» **ACTION ITEM**
Repeat exactly, please, the opening lines of the data below, through and including the line where "#222=IFCINDEXEDPOLYGONALFACE((39,41,42,40));" sits.

» **Saved entries**
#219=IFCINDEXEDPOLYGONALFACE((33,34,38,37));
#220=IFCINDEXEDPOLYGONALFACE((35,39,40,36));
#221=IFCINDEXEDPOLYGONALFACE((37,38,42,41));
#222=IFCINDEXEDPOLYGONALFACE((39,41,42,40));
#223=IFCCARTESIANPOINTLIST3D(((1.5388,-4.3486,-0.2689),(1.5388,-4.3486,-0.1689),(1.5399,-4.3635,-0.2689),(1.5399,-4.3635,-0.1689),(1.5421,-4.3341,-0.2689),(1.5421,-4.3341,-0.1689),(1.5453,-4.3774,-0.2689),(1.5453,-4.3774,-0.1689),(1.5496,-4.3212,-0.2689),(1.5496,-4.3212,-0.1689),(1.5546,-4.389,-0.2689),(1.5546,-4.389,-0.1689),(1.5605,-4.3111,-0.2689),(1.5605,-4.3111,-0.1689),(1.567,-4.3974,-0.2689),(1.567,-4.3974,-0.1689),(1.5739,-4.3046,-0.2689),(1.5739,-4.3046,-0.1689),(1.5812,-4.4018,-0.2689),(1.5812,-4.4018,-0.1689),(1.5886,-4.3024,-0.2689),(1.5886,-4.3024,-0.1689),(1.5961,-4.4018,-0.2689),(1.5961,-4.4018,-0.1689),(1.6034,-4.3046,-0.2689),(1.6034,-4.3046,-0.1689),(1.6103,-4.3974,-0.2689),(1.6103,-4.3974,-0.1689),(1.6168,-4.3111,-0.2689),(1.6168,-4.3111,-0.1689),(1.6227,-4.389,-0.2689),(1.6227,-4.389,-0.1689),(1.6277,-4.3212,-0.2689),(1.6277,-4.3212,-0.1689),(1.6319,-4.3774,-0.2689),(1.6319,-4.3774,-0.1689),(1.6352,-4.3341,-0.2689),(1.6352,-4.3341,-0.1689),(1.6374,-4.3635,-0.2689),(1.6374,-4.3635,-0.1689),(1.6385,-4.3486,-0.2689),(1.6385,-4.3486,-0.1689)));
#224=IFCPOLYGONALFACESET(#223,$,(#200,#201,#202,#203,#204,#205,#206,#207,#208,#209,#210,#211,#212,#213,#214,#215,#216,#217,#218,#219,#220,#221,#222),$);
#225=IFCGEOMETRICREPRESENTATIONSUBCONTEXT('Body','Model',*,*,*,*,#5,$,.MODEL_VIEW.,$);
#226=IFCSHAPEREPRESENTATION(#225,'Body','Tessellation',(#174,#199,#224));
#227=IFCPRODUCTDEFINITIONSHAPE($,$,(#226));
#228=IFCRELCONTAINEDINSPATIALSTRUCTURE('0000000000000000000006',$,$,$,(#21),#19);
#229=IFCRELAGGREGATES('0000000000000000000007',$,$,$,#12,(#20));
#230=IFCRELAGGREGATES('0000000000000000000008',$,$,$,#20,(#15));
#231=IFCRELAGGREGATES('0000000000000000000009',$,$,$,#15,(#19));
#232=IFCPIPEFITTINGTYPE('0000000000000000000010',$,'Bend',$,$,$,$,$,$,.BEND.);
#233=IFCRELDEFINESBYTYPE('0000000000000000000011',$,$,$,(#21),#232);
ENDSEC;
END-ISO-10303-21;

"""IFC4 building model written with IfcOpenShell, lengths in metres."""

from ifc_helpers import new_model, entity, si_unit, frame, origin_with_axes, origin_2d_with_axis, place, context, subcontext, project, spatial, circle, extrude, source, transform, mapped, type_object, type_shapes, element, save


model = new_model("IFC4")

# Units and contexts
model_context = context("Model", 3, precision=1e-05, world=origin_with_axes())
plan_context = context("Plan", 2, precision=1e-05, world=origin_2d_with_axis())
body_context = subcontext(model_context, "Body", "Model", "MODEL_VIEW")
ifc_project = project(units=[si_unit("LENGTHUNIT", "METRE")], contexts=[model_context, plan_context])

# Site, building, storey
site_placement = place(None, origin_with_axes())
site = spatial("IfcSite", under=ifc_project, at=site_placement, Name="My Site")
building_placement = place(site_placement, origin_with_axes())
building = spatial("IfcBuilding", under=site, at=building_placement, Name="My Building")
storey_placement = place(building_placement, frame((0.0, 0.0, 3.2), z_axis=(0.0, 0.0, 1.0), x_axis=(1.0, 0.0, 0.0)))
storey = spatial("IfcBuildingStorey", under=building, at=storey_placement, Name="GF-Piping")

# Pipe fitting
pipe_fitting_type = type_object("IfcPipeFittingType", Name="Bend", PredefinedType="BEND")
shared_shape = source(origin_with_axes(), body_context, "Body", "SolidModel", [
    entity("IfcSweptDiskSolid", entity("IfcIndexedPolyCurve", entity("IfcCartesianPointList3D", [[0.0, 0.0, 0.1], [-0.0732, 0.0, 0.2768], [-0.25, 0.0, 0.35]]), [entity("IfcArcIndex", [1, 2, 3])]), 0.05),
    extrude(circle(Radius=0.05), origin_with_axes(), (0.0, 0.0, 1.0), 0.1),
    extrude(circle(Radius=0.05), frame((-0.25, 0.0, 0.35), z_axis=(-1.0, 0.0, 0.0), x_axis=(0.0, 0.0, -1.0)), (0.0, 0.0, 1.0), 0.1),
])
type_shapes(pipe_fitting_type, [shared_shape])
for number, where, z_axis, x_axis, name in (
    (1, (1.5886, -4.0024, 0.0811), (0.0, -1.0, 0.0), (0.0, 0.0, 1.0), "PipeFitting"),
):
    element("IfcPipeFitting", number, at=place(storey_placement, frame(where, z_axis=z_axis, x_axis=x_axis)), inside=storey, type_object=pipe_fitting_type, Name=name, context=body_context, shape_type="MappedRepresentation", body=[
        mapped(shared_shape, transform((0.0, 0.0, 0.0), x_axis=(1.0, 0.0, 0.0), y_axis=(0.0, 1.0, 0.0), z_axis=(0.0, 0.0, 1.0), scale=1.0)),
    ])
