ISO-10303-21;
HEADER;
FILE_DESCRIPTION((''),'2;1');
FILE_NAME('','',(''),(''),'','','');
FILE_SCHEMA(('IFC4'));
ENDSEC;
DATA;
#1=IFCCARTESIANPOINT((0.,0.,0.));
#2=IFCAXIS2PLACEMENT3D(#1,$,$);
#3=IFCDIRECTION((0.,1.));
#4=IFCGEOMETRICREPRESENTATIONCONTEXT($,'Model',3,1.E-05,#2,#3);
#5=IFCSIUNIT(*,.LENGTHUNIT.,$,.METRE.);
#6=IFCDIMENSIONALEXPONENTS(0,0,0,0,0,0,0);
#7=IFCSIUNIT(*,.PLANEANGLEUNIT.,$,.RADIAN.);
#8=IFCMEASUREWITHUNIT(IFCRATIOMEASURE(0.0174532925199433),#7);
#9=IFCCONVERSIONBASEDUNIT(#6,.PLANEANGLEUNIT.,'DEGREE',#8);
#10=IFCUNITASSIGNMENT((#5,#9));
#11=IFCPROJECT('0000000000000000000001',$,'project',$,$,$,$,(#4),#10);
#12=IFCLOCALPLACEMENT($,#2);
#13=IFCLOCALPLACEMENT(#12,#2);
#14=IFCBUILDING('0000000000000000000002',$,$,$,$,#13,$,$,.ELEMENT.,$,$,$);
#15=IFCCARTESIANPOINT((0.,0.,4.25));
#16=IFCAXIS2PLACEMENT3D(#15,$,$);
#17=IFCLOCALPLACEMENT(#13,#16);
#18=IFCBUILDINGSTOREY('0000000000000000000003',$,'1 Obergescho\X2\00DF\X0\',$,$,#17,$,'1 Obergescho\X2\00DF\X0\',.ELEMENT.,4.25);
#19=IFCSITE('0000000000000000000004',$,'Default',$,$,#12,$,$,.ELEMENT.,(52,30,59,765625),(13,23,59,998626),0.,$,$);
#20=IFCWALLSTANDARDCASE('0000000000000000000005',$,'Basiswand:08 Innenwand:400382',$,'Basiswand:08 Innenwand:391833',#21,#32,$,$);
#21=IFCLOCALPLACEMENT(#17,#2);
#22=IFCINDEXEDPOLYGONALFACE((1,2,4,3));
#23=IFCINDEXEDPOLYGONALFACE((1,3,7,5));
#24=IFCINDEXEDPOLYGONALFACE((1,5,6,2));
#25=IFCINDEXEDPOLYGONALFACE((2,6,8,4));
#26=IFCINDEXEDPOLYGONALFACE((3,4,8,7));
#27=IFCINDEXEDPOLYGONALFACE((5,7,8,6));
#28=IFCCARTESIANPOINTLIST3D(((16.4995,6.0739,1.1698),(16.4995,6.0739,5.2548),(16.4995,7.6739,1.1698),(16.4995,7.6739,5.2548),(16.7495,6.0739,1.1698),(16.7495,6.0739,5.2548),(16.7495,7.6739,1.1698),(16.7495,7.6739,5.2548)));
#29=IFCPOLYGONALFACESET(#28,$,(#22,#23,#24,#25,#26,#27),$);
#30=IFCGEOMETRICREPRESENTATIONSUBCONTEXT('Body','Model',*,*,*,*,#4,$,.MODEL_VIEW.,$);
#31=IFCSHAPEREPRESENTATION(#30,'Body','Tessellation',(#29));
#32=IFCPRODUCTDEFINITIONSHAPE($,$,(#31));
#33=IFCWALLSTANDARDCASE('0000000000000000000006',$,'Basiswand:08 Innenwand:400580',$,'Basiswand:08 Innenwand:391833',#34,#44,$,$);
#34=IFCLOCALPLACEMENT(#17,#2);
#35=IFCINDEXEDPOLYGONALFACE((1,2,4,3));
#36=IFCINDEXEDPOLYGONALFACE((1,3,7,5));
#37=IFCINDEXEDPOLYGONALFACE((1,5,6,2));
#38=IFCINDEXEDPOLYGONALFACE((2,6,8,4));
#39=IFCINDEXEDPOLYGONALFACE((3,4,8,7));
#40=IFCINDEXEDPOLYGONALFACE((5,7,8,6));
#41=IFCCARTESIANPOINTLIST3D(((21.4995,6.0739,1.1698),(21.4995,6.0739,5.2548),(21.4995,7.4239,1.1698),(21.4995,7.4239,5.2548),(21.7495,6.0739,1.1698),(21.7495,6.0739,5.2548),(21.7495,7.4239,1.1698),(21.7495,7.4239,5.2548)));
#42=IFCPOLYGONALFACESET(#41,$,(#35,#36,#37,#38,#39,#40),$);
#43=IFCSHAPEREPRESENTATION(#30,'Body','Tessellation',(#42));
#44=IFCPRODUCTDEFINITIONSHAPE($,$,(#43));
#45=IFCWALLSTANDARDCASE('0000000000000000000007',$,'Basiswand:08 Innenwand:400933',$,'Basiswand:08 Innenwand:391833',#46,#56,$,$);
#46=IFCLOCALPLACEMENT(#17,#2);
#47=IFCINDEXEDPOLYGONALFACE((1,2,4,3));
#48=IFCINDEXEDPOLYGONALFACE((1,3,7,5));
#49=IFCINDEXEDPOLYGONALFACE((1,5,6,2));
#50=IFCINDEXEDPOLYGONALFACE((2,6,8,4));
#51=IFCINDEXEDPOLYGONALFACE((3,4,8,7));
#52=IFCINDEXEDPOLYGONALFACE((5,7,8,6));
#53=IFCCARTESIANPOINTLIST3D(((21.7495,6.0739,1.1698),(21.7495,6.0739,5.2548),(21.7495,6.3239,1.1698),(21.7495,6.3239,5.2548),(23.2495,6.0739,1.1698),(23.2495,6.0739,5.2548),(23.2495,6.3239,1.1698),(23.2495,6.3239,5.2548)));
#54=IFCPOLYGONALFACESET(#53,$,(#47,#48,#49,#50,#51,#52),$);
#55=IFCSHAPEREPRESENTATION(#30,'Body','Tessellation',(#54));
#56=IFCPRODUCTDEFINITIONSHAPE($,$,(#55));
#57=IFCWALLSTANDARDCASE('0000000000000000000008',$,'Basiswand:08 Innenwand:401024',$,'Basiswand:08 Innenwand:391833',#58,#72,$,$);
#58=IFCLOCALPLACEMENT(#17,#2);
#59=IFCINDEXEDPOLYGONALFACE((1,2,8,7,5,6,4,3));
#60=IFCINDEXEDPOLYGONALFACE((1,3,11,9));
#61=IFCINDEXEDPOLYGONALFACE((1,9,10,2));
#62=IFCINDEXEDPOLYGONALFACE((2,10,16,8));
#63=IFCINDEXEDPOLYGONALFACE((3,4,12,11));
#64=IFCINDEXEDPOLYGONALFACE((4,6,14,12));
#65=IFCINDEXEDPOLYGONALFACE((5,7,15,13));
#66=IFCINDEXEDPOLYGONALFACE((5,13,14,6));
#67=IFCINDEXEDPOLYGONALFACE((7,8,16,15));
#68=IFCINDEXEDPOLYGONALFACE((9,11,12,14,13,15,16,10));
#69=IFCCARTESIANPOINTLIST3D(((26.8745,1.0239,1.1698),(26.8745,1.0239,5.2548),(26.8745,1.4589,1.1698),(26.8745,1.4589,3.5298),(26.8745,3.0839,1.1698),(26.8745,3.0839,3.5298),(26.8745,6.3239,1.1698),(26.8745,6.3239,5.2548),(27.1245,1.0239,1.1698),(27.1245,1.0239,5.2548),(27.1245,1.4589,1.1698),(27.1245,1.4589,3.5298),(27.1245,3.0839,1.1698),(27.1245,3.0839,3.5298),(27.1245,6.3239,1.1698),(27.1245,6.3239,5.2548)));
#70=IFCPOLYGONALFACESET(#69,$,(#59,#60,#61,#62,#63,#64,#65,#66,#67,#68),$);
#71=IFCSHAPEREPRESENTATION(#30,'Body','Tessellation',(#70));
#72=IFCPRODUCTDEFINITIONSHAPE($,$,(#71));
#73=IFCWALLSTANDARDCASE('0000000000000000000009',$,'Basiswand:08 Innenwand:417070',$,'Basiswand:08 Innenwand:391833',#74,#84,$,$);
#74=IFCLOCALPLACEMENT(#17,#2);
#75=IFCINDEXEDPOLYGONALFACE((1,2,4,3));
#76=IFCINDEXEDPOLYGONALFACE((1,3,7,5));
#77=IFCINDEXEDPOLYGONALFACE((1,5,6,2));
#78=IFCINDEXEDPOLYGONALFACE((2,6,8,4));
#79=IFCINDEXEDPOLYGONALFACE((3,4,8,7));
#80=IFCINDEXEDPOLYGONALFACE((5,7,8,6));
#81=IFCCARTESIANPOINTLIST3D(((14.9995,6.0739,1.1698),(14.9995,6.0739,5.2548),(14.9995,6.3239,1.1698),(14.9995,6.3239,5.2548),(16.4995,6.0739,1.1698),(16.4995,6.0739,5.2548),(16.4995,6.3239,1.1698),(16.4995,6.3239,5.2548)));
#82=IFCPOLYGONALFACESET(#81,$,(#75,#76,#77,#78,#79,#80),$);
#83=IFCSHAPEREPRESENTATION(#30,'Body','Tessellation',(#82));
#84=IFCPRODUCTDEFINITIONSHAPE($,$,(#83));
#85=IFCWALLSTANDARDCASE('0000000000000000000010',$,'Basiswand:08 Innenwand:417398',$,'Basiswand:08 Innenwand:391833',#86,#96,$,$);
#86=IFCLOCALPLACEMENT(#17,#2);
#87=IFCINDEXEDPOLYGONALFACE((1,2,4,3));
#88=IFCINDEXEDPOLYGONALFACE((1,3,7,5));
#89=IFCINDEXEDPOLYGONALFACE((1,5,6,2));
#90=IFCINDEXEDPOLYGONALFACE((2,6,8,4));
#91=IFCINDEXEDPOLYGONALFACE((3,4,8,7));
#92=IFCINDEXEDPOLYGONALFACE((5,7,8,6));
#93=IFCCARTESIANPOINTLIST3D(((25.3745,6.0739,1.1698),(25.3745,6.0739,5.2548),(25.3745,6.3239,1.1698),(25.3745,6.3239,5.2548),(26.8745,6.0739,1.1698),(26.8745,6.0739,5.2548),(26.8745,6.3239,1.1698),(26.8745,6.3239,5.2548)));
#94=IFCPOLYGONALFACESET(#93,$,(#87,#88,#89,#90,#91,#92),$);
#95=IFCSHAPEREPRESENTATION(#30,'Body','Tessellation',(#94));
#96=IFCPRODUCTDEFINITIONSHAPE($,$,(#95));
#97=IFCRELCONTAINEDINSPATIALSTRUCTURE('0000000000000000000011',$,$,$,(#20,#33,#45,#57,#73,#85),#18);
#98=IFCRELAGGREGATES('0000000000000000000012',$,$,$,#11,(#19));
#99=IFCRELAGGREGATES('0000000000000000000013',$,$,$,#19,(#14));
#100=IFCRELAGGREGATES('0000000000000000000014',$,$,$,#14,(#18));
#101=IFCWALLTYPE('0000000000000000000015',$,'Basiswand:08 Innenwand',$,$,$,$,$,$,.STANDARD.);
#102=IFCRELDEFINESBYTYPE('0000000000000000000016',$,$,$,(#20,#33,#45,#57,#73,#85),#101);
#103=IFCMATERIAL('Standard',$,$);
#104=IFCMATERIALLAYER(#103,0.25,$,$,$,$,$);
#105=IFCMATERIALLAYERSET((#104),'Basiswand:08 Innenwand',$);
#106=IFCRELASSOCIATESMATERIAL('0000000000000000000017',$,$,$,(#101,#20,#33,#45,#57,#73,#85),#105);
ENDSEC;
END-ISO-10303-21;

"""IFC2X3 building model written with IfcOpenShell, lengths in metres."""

from ifc_helpers import new_model, entity, si_unit, converted_unit, direction, frame, frame_2d, origin, place, context, subcontext, project, spatial, polyline, rectangle, extrude, clip, bounded_halfspace, material, layer, layer_set, layer_usage, type_object, element, save


model = new_model("IFC2X3")

# Units and contexts
model_context = context("Model", 3, precision=1e-05, world=origin(), true_north=direction((0.0, 1.0)))
body_context = subcontext(model_context, "Body", "Model", "MODEL_VIEW")
ifc_project = project(units=[si_unit("LENGTHUNIT", "METRE"), converted_unit("PLANEANGLEUNIT", "DEGREE", entity("IfcRatioMeasure", 0.0174532925199433), si_unit("PLANEANGLEUNIT", "RADIAN"), dimensions=[0, 0, 0, 0, 0, 0, 0])], contexts=[model_context])

# Site, building, storey
site_placement = place(None, origin())
site = spatial("IfcSite", under=ifc_project, at=site_placement, Name="Default", CompositionType="ELEMENT", RefLatitude=(52, 30, 59, 765625), RefLongitude=(13, 23, 59, 998626), RefElevation=0.0)
building_placement = place(site_placement, origin())
building = spatial("IfcBuilding", under=site, at=building_placement, CompositionType="ELEMENT")
storey_placement = place(building_placement, frame((0.0, 0.0, 4.25)))
storey = spatial("IfcBuildingStorey", under=building, at=storey_placement, Name="1 Obergeschoß", LongName="1 Obergeschoß", CompositionType="ELEMENT", Elevation=4.25)

# Shared definitions
ifc_material_1 = material(Name="Standard")
ifc_layer_1 = layer(ifc_material_1, 0.25)
ifc_layer_set_1 = layer_set([ifc_layer_1], Name="Basiswand:08 Innenwand")
wall_type_1 = type_object("IfcWallType", Name="Basiswand:08 Innenwand", PredefinedType="STANDARD", material=ifc_layer_set_1)

# Walls
ifc_layer_usage_1 = layer_usage(ifc_layer_set_1, "AXIS2", "NEGATIVE", 0.125)
wall_1_placement = place(storey_placement, frame((16.6245, 6.0739, 1.1698), z_axis=(0.0, 0.0, 1.0), x_axis=(0.0, 1.0, 0.0)))
element("IfcWallStandardCase", 1, at=wall_1_placement, inside=storey, type_object=wall_type_1, material=ifc_layer_usage_1, Name="Basiswand:08 Innenwand:400382", ObjectType="Basiswand:08 Innenwand:391833", context=body_context, shape_type="Clipping", body=[
    clip(extrude(rectangle(XDim=1.6, YDim=0.25, at=frame_2d((0.8, 0.0), x_axis=(-1.0, 0.0))), origin(), (0.0, 0.0, 1.0), 4.085), bounded_halfspace(frame((0.0, -0.125, 4.085), z_axis=(0.0, 0.0, -1.0), x_axis=(-1.0, 0.0, 0.0)), True, frame((0.0, -0.125, 4.085)), polyline([(0.0, 0.0), (1.35, 0.0), (1.6, 0.0), (1.6, 0.25), (0.25, 0.25), (0.0, 0.25), (0.0, 0.0)]))),
])
ifc_layer_usage_2 = layer_usage(ifc_layer_set_1, "AXIS2", "NEGATIVE", 0.125)
wall_2_placement = place(storey_placement, frame((21.6245, 7.4239, 1.1698), z_axis=(0.0, 0.0, 1.0), x_axis=(0.0, -1.0, 0.0)))
element("IfcWallStandardCase", 2, at=wall_2_placement, inside=storey, type_object=wall_type_1, material=ifc_layer_usage_2, Name="Basiswand:08 Innenwand:400580", ObjectType="Basiswand:08 Innenwand:391833", context=body_context, shape_type="Clipping", body=[
    clip(extrude(rectangle(XDim=1.35, YDim=0.25, at=frame_2d((0.675, 0.0), x_axis=(-1.0, 0.0))), origin(), (0.0, 0.0, 1.0), 4.085), bounded_halfspace(frame((0.0, -0.125, 4.085), z_axis=(0.0, 0.0, -1.0), x_axis=(1.0, 0.0, 0.0)), True, frame((0.0, -0.125, 4.085)), polyline([(0.0, 0.0), (1.35, 0.0), (1.35, 0.25), (1.1, 0.25), (0.0, 0.25), (0.0, 0.0)]))),
])
ifc_layer_usage_3 = layer_usage(ifc_layer_set_1, "AXIS2", "NEGATIVE", 0.125)
wall_3_placement = place(storey_placement, frame((21.7495, 6.1989, 1.1698), z_axis=(0.0, 0.0, 1.0), x_axis=(1.0, 0.0, 0.0)))
element("IfcWallStandardCase", 3, at=wall_3_placement, inside=storey, type_object=wall_type_1, material=ifc_layer_usage_3, Name="Basiswand:08 Innenwand:400933", ObjectType="Basiswand:08 Innenwand:391833", context=body_context, shape_type="Clipping", body=[
    clip(extrude(rectangle(XDim=1.5, YDim=0.25, at=frame_2d((0.75, 0.0), x_axis=(-1.0, 0.0))), origin(), (0.0, 0.0, 1.0), 4.085), bounded_halfspace(frame((0.0, -0.125, 4.085), z_axis=(0.0, 0.0, -1.0), x_axis=(0.0, -1.0, 0.0)), True, frame((0.0, -0.125, 4.085)), polyline([(0.0, 0.0), (1.5, 0.0), (1.5, 0.25), (1.4, 0.25), (0.0, 0.25), (0.0, 0.0)]))),
])

# Wall, opening
ifc_layer_usage_4 = layer_usage(ifc_layer_set_1, "AXIS2", "NEGATIVE", 0.125)
wall_4_placement = place(storey_placement, frame((26.9995, 6.3239, 1.1698), z_axis=(0.0, 0.0, 1.0), x_axis=(0.0, -1.0, 0.0)))
wall_4 = element("IfcWallStandardCase", 4, at=wall_4_placement, inside=storey, type_object=wall_type_1, material=ifc_layer_usage_4, Name="Basiswand:08 Innenwand:401024", ObjectType="Basiswand:08 Innenwand:391833", context=body_context, shape_type="Clipping", body=[
    clip(extrude(rectangle(XDim=5.3, YDim=0.25, at=frame_2d((2.65, 0.0), x_axis=(-1.0, 0.0))), origin(), (0.0, 0.0, 1.0), 4.085), bounded_halfspace(frame((0.0, -0.125, 4.085), z_axis=(0.0, 0.0, -1.0), x_axis=(1.0, 0.0, 0.0)), True, frame((0.0, -0.125, 4.085)), polyline([(0.0, 0.0), (0.25, 0.0), (5.3, 0.0), (5.3, 0.25), (0.0, 0.25), (0.0, 0.0)]))),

» **YOUR SOLUTION**
#219=IFCINDEXEDPOLYGONALFACE((33,34,38,37));
#220=IFCINDEXEDPOLYGONALFACE((35,39,40,36));
#221=IFCINDEXEDPOLYGONALFACE((37,38,42,41));
#222=IFCINDEXEDPOLYGONALFACE((39,41,42,40));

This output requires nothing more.